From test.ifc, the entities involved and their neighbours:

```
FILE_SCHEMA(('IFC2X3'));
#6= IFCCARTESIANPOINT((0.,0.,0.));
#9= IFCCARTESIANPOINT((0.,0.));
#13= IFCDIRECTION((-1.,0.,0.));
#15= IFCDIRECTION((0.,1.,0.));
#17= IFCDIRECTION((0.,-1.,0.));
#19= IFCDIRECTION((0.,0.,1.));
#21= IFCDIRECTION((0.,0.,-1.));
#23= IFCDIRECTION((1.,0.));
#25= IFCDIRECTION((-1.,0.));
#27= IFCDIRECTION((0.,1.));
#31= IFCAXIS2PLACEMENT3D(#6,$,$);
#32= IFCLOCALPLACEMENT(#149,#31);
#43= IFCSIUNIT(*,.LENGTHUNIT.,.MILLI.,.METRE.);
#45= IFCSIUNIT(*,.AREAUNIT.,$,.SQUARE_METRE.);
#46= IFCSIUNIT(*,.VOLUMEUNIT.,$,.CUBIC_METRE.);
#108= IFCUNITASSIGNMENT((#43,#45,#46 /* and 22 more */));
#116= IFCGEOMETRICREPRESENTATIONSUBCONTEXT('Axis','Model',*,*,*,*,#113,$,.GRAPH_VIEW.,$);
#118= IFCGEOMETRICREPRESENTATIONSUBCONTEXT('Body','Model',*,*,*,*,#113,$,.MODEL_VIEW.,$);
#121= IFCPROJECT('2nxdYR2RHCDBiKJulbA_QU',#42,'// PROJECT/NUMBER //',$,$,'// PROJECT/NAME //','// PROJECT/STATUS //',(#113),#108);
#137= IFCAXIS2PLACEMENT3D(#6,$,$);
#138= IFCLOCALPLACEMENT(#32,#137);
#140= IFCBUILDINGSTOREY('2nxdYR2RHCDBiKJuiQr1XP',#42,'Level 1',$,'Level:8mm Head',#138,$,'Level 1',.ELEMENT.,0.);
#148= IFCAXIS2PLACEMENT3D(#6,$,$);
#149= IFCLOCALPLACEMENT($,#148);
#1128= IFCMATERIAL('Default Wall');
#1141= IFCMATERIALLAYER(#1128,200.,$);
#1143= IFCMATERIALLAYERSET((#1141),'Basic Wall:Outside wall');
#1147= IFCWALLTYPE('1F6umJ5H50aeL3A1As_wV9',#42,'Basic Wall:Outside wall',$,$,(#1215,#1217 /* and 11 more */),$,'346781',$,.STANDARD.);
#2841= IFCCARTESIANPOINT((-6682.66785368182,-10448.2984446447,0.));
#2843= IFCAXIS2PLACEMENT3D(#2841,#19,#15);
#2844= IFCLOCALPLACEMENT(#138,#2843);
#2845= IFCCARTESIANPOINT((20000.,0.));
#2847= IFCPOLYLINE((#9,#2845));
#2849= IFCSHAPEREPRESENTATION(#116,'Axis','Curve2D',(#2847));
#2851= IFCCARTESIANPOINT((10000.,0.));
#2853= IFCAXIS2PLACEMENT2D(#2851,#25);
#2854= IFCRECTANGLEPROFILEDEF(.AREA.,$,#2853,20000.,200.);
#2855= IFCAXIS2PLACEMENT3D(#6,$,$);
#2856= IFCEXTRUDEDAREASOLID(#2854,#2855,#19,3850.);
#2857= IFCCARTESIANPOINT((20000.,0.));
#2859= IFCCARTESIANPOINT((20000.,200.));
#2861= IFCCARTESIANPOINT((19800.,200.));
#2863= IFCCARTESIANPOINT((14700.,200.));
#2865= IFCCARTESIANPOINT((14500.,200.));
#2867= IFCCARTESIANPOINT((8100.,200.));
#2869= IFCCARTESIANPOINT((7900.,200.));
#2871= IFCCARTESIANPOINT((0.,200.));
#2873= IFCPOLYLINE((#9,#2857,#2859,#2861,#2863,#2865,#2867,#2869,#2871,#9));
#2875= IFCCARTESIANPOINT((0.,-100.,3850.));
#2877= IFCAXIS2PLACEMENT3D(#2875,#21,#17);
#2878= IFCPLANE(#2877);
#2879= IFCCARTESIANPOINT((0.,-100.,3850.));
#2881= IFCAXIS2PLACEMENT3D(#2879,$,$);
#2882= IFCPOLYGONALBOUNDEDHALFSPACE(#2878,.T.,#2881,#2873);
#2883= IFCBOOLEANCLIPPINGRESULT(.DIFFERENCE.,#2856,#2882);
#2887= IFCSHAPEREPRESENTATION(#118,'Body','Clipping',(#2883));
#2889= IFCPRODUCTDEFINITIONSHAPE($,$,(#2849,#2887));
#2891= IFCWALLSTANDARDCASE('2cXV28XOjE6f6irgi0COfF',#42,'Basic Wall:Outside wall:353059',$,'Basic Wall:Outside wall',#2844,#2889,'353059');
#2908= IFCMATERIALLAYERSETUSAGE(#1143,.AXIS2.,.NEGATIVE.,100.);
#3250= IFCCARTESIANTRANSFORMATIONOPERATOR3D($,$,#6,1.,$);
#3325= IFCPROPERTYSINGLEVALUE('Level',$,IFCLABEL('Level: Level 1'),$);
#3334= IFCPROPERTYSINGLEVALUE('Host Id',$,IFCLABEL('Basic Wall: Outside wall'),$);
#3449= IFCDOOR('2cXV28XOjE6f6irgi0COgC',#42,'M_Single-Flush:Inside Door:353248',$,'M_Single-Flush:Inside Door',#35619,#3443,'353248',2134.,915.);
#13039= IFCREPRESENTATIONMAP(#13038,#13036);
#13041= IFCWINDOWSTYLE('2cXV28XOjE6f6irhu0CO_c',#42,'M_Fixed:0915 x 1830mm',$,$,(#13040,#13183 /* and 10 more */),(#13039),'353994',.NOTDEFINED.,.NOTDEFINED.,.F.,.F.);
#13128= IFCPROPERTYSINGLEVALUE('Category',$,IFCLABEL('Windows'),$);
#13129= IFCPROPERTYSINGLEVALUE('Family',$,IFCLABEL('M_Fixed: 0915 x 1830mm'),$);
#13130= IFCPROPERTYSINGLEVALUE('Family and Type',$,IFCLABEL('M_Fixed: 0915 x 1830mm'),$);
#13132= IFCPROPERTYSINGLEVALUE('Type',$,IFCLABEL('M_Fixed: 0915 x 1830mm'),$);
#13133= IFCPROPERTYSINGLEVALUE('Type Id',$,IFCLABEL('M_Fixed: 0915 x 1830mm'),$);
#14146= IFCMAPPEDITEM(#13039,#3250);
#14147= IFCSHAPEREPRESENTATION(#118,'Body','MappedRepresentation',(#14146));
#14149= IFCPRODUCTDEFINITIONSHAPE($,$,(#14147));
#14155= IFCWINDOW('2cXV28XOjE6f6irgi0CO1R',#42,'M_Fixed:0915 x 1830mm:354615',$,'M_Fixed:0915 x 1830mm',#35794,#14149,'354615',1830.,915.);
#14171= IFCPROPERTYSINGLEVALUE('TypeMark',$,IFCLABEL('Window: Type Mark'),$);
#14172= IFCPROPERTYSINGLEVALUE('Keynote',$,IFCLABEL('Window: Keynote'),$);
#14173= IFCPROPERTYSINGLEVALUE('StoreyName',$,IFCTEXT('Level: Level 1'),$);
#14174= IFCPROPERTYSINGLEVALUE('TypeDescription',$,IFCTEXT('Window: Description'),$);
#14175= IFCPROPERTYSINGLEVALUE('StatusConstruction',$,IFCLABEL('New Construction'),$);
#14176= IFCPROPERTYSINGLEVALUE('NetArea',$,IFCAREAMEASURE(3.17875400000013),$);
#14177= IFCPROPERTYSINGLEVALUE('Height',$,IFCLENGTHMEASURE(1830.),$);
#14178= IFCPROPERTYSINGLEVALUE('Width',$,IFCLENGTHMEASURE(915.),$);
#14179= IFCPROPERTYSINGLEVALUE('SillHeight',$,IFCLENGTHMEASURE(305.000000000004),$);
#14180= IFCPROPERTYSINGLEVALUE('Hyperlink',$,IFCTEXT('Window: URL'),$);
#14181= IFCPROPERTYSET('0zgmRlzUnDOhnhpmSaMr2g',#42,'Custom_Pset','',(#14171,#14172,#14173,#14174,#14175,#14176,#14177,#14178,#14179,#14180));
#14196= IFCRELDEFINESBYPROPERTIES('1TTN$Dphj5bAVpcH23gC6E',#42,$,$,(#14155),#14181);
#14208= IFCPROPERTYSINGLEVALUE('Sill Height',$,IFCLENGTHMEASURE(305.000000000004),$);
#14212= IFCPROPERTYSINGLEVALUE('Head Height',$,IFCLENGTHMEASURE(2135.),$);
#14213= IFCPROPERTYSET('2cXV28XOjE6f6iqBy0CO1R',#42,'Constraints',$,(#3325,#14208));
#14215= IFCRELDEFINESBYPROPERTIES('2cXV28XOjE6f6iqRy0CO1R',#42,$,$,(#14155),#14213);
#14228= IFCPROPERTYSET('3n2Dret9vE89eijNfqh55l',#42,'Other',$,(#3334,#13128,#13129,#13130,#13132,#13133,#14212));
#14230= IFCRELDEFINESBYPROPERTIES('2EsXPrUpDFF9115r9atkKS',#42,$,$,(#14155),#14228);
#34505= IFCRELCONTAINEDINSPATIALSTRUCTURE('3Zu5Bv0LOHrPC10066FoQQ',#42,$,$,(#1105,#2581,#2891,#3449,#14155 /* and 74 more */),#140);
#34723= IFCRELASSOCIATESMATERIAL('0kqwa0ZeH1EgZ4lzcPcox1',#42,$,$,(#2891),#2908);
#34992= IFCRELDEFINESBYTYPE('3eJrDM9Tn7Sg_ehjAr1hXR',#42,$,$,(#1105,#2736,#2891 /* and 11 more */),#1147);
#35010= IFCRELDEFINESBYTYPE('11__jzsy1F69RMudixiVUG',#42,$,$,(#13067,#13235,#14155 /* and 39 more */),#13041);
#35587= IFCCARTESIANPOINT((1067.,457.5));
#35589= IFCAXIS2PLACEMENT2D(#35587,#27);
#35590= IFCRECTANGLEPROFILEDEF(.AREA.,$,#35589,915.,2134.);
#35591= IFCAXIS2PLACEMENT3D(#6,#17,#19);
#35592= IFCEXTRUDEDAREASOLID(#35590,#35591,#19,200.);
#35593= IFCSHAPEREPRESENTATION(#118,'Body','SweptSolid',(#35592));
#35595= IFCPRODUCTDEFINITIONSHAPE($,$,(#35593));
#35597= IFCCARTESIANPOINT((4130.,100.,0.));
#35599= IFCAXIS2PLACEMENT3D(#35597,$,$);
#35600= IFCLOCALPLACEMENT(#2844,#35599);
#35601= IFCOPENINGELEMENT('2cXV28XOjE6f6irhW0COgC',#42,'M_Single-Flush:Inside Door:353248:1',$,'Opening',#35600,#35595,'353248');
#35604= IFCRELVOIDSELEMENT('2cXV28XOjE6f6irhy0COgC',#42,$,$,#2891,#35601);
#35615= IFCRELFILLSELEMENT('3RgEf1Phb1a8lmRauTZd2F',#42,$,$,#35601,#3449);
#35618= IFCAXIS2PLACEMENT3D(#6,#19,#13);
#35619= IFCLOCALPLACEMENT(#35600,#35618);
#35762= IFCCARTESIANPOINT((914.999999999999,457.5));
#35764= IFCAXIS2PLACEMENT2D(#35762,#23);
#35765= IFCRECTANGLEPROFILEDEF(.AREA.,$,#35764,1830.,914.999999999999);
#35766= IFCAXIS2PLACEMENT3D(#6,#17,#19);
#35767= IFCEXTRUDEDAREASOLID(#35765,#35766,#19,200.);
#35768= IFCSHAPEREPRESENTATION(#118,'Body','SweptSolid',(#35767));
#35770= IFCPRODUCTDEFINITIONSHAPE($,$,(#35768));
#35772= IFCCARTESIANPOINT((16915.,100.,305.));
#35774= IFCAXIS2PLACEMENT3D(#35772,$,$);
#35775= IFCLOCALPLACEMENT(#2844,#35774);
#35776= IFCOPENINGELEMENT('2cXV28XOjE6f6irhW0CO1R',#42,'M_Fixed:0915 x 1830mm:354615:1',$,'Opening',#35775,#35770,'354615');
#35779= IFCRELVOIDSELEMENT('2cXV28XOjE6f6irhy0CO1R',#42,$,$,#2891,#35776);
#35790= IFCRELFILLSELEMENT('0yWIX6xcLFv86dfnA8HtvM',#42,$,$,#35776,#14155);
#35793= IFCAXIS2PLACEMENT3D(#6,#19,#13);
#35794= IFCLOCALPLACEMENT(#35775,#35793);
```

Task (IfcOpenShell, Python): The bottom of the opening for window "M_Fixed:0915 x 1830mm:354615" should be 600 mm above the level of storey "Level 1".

```python
import numpy as np
import ifcopenshell
import ifcopenshell.api.geometry
import ifcopenshell.api.pset
import ifcopenshell.geom
import ifcopenshell.util.element
import ifcopenshell.util.placement
import ifcopenshell.util.shape
import ifcopenshell.util.unit

model = ifcopenshell.open("test.ifc")
unit_scale = ifcopenshell.util.unit.calculate_unit_scale(model)

window = model.by_id(14155)
opening = window.FillsVoids[0].RelatingOpeningElement
storey = ifcopenshell.util.element.get_container(window, ifc_class="IfcBuildingStorey")
level = ifcopenshell.util.placement.get_local_placement(storey.ObjectPlacement)[2, 3]

# The opening's origin need not be at the sill, so measure its lowest point.
shape = ifcopenshell.geom.create_shape(ifcopenshell.geom.settings(), opening)
bottom = ifcopenshell.util.shape.get_shape_bottom_elevation(shape, shape.geometry) / unit_scale
dz = level + 600.0 - bottom

shift = np.array([0.0, 0.0, dz])
# The window is placed relative to its opening, so it follows when the opening moves.
matrix = ifcopenshell.util.placement.get_local_placement(opening.ObjectPlacement)
matrix[:3, 3] += shift
ifcopenshell.api.geometry.edit_object_placement(
    model, product=opening, matrix=matrix, is_si=False, should_transform_children=True
)

# Keep the stored heights in step.
pset = model.by_id(ifcopenshell.util.element.get_pset(window, "Custom_Pset", should_inherit=False)["id"])
ifcopenshell.api.pset.edit_pset(model, pset=pset, properties={
    "SillHeight": model.create_entity("IfcLengthMeasure", ifcopenshell.util.element.get_pset(window, "Constraints", "Sill Height") + dz),
})
pset = model.by_id(ifcopenshell.util.element.get_pset(window, "Constraints", should_inherit=False)["id"])
ifcopenshell.api.pset.edit_pset(model, pset=pset, properties={
    "Sill Height": model.create_entity("IfcLengthMeasure", ifcopenshell.util.element.get_pset(window, "Constraints", "Sill Height") + dz),
})
pset = model.by_id(ifcopenshell.util.element.get_pset(window, "Other", should_inherit=False)["id"])
ifcopenshell.api.pset.edit_pset(model, pset=pset, properties={
    "Head Height": model.create_entity("IfcLengthMeasure", ifcopenshell.util.element.get_pset(window, "Other", "Head Height") + dz),
})

print(f"moved by {dz * unit_scale:+.3f} m")

model.write("test_v2.ifc")
```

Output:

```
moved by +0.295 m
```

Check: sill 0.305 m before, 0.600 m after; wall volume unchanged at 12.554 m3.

Task requirements:
Using the listing above, count how many lines contain the word "IFCRELFILLSELEMENT" and, please, write only that number.

Response below:
2